In principle you can also mix and match these methods with each other or the
improvements from part 1. Some of these mixes might work well, others not at all…
- Conditional GAN
- Works for datasets that have class information or any other kind of metadata
to condition on.
- Simply add this information (encoded somehow, e.g. as a one-hot class vector
or an embedding) to the generator and discriminator. Now the discriminator can
learn to reject/accept data based on the class, and the generator can generate
data for specific labels.
- Wasserstein GAN
- Use a linear output activation in the discriminator.
- The loss is just the difference between real/fake outputs,
flipped for the generator loss.
- The discriminator includes weight clipping.
You can do this easily in Keras using a layer’s
kernel_constraint and
bias_constraint arguments and the clip_by_value function.
All layers with weights need to have such constraints!
Be careful with normalization layers such as Batch Normalization, as these
could easily “break” the discriminator by rescaling the outputs to arbitrary ranges.
- Usually the discriminator is trained for several steps each time (e.g. 5-10
discriminator steps per generator steps).
- Improved Wasserstein GAN
- Remove the weight clipping from the WGAN.
- Add the gradient penalty as described in the paper:
- Create an “interpolation batch” between the real and generated batches.
- Run this batch through the critic, and compute gradients of the critic’s
output with respect to the input batch.
Note that this means having a
GradientTape (to compute input gradients)
inside another one (to compute parameter gradients), but this is fine.
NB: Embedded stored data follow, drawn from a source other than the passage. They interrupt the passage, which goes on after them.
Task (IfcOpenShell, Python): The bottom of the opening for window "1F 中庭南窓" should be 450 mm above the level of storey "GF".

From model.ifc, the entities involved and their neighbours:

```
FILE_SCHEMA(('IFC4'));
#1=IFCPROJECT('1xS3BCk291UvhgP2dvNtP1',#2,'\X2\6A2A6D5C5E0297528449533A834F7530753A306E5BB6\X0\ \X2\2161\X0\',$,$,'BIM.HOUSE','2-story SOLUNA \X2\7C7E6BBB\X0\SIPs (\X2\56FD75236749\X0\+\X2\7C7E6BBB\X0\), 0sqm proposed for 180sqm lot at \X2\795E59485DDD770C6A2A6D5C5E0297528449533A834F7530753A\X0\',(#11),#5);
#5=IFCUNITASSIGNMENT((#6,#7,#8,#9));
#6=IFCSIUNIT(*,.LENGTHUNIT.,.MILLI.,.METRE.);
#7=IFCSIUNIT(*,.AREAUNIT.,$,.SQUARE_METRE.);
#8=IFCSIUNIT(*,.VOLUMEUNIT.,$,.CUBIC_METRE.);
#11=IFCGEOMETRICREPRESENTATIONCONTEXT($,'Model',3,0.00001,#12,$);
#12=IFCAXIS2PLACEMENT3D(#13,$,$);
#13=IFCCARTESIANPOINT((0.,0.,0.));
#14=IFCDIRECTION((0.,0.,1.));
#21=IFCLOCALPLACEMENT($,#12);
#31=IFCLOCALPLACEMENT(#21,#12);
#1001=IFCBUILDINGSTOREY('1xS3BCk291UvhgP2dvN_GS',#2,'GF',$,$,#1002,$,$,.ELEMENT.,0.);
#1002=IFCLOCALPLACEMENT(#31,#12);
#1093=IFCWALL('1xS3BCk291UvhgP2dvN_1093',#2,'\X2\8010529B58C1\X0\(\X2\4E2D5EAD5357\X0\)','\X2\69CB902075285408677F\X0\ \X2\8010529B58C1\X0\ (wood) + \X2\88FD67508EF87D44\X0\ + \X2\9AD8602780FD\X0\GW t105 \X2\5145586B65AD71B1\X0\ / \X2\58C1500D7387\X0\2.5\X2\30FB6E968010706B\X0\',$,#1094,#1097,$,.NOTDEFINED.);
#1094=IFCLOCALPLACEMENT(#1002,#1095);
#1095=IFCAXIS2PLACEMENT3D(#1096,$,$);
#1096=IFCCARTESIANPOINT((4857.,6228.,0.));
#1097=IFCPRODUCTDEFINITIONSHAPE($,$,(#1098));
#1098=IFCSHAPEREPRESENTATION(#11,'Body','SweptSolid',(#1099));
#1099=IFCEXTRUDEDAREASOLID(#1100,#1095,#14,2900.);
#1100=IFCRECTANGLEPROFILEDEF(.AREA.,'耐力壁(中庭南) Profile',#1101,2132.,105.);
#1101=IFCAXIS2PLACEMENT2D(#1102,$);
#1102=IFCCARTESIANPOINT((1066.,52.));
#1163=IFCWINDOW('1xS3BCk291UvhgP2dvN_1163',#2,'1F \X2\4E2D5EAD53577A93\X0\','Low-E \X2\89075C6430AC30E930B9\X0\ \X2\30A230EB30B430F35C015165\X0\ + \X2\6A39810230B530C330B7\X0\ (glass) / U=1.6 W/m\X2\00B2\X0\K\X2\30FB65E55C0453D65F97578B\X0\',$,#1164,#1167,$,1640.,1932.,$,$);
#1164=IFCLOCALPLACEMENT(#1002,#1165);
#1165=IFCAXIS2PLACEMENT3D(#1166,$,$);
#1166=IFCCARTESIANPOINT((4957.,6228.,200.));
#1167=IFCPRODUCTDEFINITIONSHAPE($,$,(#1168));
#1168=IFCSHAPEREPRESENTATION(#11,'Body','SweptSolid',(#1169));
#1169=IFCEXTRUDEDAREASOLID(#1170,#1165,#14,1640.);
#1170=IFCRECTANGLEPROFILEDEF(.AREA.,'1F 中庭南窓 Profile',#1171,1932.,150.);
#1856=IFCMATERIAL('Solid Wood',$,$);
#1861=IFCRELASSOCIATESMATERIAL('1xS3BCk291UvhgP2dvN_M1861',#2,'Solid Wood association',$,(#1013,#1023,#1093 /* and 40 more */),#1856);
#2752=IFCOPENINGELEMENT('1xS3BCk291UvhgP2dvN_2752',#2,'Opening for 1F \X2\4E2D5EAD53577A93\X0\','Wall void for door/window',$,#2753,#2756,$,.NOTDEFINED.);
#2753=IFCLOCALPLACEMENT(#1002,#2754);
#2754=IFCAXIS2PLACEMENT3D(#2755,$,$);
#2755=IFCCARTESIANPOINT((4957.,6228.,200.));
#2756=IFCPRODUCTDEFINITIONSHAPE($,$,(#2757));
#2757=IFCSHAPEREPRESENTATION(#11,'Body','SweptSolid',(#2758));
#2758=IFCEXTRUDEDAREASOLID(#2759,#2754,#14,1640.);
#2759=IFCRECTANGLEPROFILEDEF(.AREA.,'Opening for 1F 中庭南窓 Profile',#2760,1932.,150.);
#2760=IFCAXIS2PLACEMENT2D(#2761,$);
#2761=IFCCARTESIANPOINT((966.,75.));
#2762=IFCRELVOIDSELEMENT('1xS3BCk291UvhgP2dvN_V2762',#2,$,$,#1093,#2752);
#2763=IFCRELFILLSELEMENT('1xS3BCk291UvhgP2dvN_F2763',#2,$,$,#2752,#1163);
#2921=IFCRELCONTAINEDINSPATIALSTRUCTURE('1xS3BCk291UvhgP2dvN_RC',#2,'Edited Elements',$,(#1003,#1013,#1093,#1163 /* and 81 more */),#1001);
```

```python
import numpy as np
import ifcopenshell
import ifcopenshell.api.geometry
import ifcopenshell.geom
import ifcopenshell.util.element
import ifcopenshell.util.placement
import ifcopenshell.util.shape
import ifcopenshell.util.unit

model = ifcopenshell.open("model.ifc")
unit_scale = ifcopenshell.util.unit.calculate_unit_scale(model)

window = model.by_guid("1xS3BCk291UvhgP2dvN_1163")
opening = window.FillsVoids[0].RelatingOpeningElement
storey = ifcopenshell.util.element.get_container(window, ifc_class="IfcBuildingStorey")
level = ifcopenshell.util.placement.get_local_placement(storey.ObjectPlacement)[2, 3]

# The opening's origin need not be at the sill, so measure its lowest point.
shape = ifcopenshell.geom.create_shape(ifcopenshell.geom.settings(), opening)
bottom = ifcopenshell.util.shape.get_shape_bottom_elevation(shape, shape.geometry) / unit_scale
dz = level + 0.45 / unit_scale - bottom

shift = np.array([0.0, 0.0, dz])
# The window is not placed relative to its opening, so move both.
for product in (opening, window):
    matrix = ifcopenshell.util.placement.get_local_placement(product.ObjectPlacement)
    matrix[:3, 3] += shift
    ifcopenshell.api.geometry.edit_object_placement(model, product=product, matrix=matrix, is_si=False)

print(f"moved by {dz * unit_scale:+.3f} m")

model.write("model_rev.ifc")
```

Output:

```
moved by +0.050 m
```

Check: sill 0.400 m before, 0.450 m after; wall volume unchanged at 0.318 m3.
- Compute the deviation of these gradients from the desired value of 1, and
add this term to the original loss function, scaled by some factor.
- Least Squares GAN
- Simple: Use a linear output activation in the discriminator, and a squared
error loss function. However, note in the paper that there are different choices
for what numbers you use as labels for real/fake data.
- Spectral Normalization
- Heavy on theory, but to implement this you basically just need to wrap all
layers in D that have weights in a
SpectralNormalization object you can find
in tensorflow_addons.layers. You should also remove all other normalization
layers such as batchnorm from D, and only use “contractive” activation
functions (ReLU and LeakyReLU are fine).
- In principle, you can view this as enforcing a 1-Lipschitz constraint,
instead of only regularizing for it as in the WGAN. However, you can use spectral
normalization with any kind of GAN loss (cross-entropy, least-squares, Wasserstein…).
- Progressive Growing,
StyleGAN or
StyleGAN2 (these will all require
significantly more effort to implement).